Reich Minister for Labour
- In office 30 April 1945 – 5 May 1945
- President: Karl Dönitz
- Chancellor: Joseph Goebbels
- Preceded by: Franz Seldte
- Succeeded by: Franz Seldte

Personal details
- Born: 17 July 1906 Dellmensingen, Kingdom of Württemberg, German Empire
- Died: 31 August 1993 (aged 87) Munich, Bavaria, Germany
- Party: Nazi Party (1930-1945)
- Alma mater: University of Würzburg
- Allegiance: Nazi Germany
- Branch: Reichsführer-SS
- Service years: 1941–1945
- Rank: SS-Sturmbannführer (major)

= Theo Hupfauer =

German government official (1906-1993)

Theo Hupfauer (17 July 1906 – 31 August 1993) was a German politician and a senior civil servant of the Nazi Party. In accordance to the Adolf Hitler’s will, he was appointed the Reich Minister for Labour, although this only lasted five days when Franz Seldte again took over.

== Early life ==

Hupfauer was born on 17 July 1906 in Dellmensingen, which was then part of the German Empire. In 1920, at 15 years old, he joined a right-wing youth group led by Adolf von Trotha. He originally wanted to become a sports journalist, but switched to wanting to become a lawyer after his uncle, who was a lawyer in the United States, returned to Munich. Thus, he started attending League of Nations meetings, listening to speeches by Gustav Stresemann and Aristide Briand and inspired to move temporarily to the United States to work as a lawyer. He then studied law in Geneva and Lausanne in Switzerland, receiving his doctorate in 1932 from the University of Würzburg.

== Nazi career ==
He joined the Nazi Party in 1930. In 1935 he was staff chairman in the Main Office of the National Socialist Factory Cell Organization, a workers organization. In 1936 he became of the Office of the German Labour Front. He rose through the ranks in the DAF, becoming Head of the Office for Social Arbitration. During this time, he ran for a seat in the Reichstag, but did not receive a mandate. In 1942, he was appointed DAF's liaison to the Ministry of Armaments. As liaison, he represented the DAF in trying to get the removal of air-raid damage, working with Albert Speer.

In addition to his career as a civil servant during this time, he joined the military. He reached the rank of Sturmbannführer in the Reichsführer-SS. He was the commander at Ordensburg Sonthofen until 1943.

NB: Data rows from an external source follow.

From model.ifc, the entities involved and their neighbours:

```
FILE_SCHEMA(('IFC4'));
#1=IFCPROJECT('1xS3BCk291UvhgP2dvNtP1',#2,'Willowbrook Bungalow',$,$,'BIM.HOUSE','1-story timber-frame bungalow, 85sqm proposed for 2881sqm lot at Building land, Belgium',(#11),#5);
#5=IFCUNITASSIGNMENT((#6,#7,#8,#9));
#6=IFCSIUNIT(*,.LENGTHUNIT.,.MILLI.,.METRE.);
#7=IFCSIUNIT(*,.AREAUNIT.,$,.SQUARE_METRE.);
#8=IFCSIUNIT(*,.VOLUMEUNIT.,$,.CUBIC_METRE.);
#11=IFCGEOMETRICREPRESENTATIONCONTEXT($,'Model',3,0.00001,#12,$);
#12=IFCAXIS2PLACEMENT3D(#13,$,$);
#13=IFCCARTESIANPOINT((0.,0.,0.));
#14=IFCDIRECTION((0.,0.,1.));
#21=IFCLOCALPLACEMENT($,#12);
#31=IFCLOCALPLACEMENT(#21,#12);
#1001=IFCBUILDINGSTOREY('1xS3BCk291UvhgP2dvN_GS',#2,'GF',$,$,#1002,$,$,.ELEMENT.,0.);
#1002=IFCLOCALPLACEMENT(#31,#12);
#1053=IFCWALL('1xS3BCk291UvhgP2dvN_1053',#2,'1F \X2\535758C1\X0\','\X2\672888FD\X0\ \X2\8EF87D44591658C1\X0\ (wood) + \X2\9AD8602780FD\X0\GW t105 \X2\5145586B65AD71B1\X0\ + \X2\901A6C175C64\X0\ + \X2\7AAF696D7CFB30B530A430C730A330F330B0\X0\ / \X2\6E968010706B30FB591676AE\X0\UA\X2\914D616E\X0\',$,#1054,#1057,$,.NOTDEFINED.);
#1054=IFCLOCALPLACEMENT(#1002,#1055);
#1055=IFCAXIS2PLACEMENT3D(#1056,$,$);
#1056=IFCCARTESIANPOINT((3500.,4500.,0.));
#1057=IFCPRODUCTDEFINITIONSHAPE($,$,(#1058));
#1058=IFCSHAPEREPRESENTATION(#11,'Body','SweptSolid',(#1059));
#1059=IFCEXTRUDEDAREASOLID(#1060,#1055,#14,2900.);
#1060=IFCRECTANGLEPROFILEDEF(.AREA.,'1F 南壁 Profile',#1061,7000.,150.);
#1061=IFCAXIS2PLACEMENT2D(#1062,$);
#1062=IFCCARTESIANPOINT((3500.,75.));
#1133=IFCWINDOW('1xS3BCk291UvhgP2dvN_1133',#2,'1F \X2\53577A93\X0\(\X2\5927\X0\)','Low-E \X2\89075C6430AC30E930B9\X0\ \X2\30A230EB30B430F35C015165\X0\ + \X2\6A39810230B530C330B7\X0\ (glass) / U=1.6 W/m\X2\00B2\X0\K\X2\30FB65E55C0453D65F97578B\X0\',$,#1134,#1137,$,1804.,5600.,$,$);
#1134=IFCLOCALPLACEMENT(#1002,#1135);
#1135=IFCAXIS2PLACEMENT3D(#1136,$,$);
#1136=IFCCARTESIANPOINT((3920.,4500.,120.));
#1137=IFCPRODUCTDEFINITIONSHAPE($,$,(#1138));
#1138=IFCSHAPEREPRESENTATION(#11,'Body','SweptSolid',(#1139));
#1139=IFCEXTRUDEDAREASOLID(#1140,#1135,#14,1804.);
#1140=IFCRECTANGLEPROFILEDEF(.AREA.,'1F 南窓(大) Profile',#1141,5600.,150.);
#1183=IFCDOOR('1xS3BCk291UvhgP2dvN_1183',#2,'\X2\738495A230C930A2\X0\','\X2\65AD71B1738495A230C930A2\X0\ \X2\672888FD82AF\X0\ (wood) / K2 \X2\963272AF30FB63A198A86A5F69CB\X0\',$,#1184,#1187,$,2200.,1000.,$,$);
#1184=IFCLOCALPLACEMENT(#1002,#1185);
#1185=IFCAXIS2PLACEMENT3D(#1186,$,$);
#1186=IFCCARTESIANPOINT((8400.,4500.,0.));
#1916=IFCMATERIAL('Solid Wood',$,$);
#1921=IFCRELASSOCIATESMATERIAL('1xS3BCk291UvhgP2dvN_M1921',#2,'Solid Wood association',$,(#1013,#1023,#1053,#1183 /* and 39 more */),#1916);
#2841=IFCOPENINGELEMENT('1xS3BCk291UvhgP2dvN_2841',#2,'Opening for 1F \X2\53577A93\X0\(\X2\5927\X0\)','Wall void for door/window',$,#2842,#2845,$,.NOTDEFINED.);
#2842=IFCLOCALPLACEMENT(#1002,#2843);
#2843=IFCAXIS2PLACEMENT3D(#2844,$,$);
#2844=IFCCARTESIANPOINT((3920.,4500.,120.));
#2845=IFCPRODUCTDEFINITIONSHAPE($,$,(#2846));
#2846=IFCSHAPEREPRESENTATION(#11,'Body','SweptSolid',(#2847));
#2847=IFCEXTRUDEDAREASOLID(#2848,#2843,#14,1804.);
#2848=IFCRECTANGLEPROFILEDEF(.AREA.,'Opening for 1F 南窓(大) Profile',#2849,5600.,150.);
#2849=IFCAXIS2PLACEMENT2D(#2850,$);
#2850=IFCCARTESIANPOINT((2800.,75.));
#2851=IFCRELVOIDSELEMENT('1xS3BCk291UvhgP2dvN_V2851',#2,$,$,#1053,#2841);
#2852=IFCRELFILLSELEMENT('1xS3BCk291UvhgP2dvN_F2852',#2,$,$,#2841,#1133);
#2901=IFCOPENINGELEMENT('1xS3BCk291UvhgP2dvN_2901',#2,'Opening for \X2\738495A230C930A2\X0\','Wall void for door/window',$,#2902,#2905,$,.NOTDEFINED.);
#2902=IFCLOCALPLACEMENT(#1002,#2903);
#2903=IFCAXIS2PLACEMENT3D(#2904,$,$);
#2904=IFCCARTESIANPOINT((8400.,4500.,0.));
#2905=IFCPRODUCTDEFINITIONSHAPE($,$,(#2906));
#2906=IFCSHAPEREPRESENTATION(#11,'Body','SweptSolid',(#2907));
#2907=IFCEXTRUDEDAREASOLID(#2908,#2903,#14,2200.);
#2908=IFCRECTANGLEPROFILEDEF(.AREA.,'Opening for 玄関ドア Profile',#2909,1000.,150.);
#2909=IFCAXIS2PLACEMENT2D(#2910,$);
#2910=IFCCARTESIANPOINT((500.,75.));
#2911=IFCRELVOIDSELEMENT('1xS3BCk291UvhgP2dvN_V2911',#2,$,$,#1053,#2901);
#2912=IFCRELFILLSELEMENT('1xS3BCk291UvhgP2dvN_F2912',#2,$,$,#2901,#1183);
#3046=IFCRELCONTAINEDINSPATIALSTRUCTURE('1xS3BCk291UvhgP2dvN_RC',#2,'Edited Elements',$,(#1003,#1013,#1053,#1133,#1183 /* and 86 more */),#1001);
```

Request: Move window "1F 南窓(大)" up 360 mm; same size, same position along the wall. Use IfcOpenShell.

```python
import numpy as np
import ifcopenshell
import ifcopenshell.api.geometry
import ifcopenshell.util.placement
import ifcopenshell.util.unit

model = ifcopenshell.open("model.ifc")
unit_scale = ifcopenshell.util.unit.calculate_unit_scale(model)

window = model.by_guid("1xS3BCk291UvhgP2dvN_1133")
opening = window.FillsVoids[0].RelatingOpeningElement
dz = 0.36 / unit_scale

shift = np.array([0.0, 0.0, dz])
# The window is not placed relative to its opening, so move both.
for product in (opening, window):
    matrix = ifcopenshell.util.placement.get_local_placement(product.ObjectPlacement)
    matrix[:3, 3] += shift
    ifcopenshell.api.geometry.edit_object_placement(model, product=product, matrix=matrix, is_si=False)

print(f"moved by {dz * unit_scale:+.3f} m")

model.write("model-out.ifc")
```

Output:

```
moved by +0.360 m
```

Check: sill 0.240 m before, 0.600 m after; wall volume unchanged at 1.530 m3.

By December 1944 he was head of the Central Office of the Ministry of Armaments. On 29 April 1945, Adolf Hitler signed his will, which came into effect the next day when he committed suicide making Hupfauer the Reich Minister for Labour. On 5 May Franz Seldte took over again in the Flensburg Government, the last Nazi government. After the war, he was interned at Kransberg Castle alongside many other Speer associates.

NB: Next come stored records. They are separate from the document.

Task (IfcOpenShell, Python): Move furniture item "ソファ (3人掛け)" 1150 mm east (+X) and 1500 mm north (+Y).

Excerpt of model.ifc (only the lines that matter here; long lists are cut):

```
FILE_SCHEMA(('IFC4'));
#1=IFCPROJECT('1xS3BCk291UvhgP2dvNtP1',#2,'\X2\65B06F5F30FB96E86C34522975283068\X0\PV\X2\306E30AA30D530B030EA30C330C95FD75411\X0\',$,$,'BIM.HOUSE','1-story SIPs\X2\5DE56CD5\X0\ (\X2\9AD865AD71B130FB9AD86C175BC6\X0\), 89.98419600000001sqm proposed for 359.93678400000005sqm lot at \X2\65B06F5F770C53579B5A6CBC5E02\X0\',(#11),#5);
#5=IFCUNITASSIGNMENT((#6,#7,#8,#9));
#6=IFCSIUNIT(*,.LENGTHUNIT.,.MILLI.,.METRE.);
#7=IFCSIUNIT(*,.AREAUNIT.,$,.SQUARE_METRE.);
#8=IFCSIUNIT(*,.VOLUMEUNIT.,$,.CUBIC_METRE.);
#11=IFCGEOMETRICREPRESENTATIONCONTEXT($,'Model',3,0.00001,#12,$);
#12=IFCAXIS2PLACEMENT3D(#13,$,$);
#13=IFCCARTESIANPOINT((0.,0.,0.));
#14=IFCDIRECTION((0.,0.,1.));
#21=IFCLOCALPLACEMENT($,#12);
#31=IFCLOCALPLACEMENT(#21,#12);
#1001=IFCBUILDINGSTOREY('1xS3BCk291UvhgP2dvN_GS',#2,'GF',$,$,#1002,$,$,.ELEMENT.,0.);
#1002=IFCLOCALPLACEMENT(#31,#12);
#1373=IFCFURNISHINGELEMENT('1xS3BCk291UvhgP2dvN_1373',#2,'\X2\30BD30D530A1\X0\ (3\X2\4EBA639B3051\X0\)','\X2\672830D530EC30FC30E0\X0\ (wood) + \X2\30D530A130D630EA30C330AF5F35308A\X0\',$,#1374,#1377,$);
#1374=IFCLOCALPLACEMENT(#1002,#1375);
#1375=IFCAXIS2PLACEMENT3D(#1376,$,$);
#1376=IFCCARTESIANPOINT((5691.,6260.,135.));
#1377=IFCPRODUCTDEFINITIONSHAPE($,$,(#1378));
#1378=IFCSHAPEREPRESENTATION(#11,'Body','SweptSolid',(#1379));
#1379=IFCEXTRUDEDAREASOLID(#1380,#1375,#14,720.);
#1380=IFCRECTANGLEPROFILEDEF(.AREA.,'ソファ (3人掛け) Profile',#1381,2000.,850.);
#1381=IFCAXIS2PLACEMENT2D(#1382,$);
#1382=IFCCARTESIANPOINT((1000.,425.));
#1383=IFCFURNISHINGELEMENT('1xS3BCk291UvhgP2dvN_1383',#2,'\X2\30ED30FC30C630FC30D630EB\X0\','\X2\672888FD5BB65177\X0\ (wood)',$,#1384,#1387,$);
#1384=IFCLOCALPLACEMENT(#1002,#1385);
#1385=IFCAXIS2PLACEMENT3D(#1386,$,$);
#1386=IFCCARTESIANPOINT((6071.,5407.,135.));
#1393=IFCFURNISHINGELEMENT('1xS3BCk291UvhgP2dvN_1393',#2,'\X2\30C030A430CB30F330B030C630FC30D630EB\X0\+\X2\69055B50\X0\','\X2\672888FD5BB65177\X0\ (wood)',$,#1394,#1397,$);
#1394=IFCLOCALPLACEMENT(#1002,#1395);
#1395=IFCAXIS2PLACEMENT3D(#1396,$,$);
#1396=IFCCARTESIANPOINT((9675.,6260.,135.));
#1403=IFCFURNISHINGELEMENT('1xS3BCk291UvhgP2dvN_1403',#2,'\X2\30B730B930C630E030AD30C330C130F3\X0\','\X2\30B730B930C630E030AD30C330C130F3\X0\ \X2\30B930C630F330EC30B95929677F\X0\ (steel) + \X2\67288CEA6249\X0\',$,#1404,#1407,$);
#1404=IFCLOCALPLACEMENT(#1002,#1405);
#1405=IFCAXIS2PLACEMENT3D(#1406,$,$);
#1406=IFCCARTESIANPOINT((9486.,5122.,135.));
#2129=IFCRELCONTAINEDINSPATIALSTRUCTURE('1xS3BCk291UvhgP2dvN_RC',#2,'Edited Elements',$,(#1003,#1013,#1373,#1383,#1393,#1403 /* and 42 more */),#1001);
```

```python
import ifcopenshell
import ifcopenshell.api.geometry
import ifcopenshell.util.placement
import ifcopenshell.util.unit

model = ifcopenshell.open("model.ifc")
unit_scale = ifcopenshell.util.unit.calculate_unit_scale(model)

item = model.by_guid("1xS3BCk291UvhgP2dvN_1373")
matrix = ifcopenshell.util.placement.get_local_placement(item.ObjectPlacement)
matrix[0, 3] += 1.15 / unit_scale
matrix[1, 3] += 1.5 / unit_scale
ifcopenshell.api.geometry.edit_object_placement(model, product=item, matrix=matrix, is_si=False)

print(ifcopenshell.util.placement.get_local_placement(item.ObjectPlacement).round(3) + 0.0)

model.write("model_rev.ifc")
```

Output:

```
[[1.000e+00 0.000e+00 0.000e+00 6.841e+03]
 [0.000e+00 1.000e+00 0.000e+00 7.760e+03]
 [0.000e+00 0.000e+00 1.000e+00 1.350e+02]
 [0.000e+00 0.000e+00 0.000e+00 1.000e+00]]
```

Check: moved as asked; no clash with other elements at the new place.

== Witness at the Nuremberg trials ==
Hupfauer played an important role in the Nuremberg trials as a defense witness. He was extensively interrogated in July 1946, when Albert Speer was on trial, about his role in DAF and the Ministry of Armaments. He stated that membership in the DAF was not forced, but it was recommended since it took over the role of trade unions. He also testified when asked by Robert Servatius about how the DAF functioned, including how many of the DAF were politically active leaders. Later on, when prompted about knowledge of the atrocities committed by the SS, he said that some details were known but that this was "decisively suppressed" until after the trials.

== Later life ==
Throughout Hupfauer's later years, he remained a close friend to Albert Speer. After the war, when Speer and Rudolf Wolters friendship had deteriorated after his letter in November 1966, Hupfauer arranged meetings every Friday evening with other associates of Speer's in order to "build bridges".